Wretched and guilty as Monica had felt, these words filled her with a piercing delight. If this were sin, how sweet it was!

[SIX]

In the front row of the Oxford Bach Choir sat Monica, soberly dressed and self-possessed, a professional in the midst of amateurs. Behind her rose the ranks of undergraduates, dons male and female, dons’ wives and daughters, which comprised the Choir; before her was the orchestra, part local and part brought down from London, and rang­ing in demeanour from the splendid calm of the concert-master and the aloof grandeur of the harpsichordist to the fussy eccentricity of the player of the viol da gamba. High above them, and inconveniently placed for the conductor, was the organ-loft, into which the ripieno choir of boys had been packed. The Sheldonian Theatre was crowded with a university audience, so much odder and frowsier than a London audience, so young in the main, so long of hair, so fortified with scores of the Passion. Monica was conscious that many eyes had found her, and that she was looking very well. And why not?

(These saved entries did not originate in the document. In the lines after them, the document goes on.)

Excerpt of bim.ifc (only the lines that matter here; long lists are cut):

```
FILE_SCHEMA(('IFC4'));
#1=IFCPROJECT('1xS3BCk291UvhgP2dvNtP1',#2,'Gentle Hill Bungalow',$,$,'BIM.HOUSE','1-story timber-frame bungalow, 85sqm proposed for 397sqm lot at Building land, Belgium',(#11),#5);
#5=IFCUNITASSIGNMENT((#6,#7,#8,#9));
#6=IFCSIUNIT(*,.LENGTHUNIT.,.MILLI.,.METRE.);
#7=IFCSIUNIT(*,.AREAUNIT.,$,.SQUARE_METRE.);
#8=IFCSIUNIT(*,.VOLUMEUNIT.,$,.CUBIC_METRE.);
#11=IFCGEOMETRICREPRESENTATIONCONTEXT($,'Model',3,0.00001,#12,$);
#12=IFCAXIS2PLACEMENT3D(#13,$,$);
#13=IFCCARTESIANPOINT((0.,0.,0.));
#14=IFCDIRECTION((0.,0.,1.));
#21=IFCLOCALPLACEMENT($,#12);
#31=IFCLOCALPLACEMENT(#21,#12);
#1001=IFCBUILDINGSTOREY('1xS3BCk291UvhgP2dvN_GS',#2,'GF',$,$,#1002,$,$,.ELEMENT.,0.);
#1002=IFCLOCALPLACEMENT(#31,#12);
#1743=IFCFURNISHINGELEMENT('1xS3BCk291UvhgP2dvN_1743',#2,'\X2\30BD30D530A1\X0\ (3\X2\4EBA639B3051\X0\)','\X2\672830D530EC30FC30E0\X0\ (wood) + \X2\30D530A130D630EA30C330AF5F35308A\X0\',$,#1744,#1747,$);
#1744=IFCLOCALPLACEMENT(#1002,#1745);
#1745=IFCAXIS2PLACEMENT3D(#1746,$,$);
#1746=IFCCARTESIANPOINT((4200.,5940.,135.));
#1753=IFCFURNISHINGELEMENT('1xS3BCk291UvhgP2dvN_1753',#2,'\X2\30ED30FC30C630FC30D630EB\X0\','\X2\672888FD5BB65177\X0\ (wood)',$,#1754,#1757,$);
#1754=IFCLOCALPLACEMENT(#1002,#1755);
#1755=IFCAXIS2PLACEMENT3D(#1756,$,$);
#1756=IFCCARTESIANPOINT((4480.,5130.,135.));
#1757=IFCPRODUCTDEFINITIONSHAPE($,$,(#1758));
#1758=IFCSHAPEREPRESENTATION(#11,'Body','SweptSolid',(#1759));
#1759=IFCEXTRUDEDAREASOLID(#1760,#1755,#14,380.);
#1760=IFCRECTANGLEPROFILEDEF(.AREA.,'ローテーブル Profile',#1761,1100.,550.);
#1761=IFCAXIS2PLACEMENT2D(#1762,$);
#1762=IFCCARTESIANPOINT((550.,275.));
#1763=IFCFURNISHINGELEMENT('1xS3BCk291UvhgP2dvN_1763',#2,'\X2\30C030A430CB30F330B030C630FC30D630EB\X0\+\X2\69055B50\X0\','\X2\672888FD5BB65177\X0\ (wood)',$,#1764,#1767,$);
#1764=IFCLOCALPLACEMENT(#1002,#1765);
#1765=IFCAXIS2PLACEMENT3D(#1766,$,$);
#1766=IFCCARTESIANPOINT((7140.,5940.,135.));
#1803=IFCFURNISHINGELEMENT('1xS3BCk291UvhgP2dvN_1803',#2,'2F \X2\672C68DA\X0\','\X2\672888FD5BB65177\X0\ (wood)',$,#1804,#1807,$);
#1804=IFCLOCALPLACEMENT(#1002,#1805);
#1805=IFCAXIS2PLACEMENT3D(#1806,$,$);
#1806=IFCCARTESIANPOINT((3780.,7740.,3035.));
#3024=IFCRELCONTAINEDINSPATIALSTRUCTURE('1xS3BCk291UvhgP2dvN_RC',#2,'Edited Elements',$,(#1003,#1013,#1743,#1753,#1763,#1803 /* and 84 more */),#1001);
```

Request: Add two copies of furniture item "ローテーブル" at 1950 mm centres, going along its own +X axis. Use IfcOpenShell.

```python
import ifcopenshell
import ifcopenshell.api.geometry
import ifcopenshell.api.root
import ifcopenshell.util.element
import ifcopenshell.util.placement
import ifcopenshell.util.unit

model = ifcopenshell.open("bim.ifc")
unit_scale = ifcopenshell.util.unit.calculate_unit_scale(model)


def reuse_history(source, copy):
    """copy_class also copies each property set's owner history, people and application; keep the originals."""
    for rel in copy.IsDefinedBy:
        if rel.is_a("IfcRelDefinesByProperties") and (history := rel.RelatingPropertyDefinition.OwnerHistory):
            rel.RelatingPropertyDefinition.OwnerHistory = source.OwnerHistory
            ifcopenshell.util.element.remove_deep2(model, history)


source = model.by_id(1753)
base = ifcopenshell.util.placement.get_local_placement(source.ObjectPlacement)
step = base[:3, 0] * 1.95 / unit_scale

for i in range(1, 3):
    copy = ifcopenshell.api.root.copy_class(model, product=source)
    copy.Representation = ifcopenshell.util.element.copy_deep(
        model, source.Representation, exclude=["IfcGeometricRepresentationContext", "IfcRepresentationMap"]
    )
    reuse_history(source, copy)
    matrix = base.copy()
    matrix[:3, 3] += i * step
    print("added at", matrix[:3, 3].round(3) + 0.0)
    ifcopenshell.api.geometry.edit_object_placement(model, product=copy, matrix=matrix, is_si=False)

model.write("bim_updated.ifc")
```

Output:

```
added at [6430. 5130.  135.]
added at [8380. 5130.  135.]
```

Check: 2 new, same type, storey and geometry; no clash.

Had she not been made free of the room in the Divinity School where the London artists made ready for the performance? Had not Miss Evelyn Burnaby, the great soprano, spoken to her in the pleasantest terms, when Domdaniel had introduced them, and asked for help with a difficult zipper on the back of her gown? Monica felt every inch a professional, and concealed her surprise that the Sheldonian Theatre was not a theatre at all, as she understood the word, but a kind of arena which looked as though it might be used for some sort of solemn, academic circus. The ceiling was beautifully painted, and she had to check herself from gaping upward at it; everywhere in the building there were odd little balconies, pulpits and thrones; part of the audience was very high up, almost under the roof. Altogether a wonderful place in which to make one’s first, real professional appearance as a singer. Nothing at all to do with the Heart and Hope Quartet.

It was five minutes past eleven, and by that curious instinct which audiences have, silence fell suddenly and Sir Benedict Domdaniel, elegant in morning dress, walked to his place, raised his baton, and the introduction to the Passion, rising majestically from its first deep pedal-point, began. Monica’s knowledge of this music was intimate but remote, for she had heard it only as it sounded on Molloy’s piano and her own. She had rehearsed once with Domdaniel in London, again with a piano, but she had no conception of how it would sound with the heavy forces of organ, double orchestra and continue, and the double choir. The mighty, ordered grandeur came from every­where about her, and she seemed to shake and vibrate with it. It was a glorious and alarming experience. In her capacity as a very minor soloist she rose and sat with the choir, and sang with the sopranos, keeping her voice well down, both that she might not make mistakes through lack of rehearsal, and that its superior quality should not singularize it among the amateur choristers. Standing in the midst of these voices and instruments, she was conscious as never before of the power of music to impose order and form upon the vastest and most intractable elements in human experience.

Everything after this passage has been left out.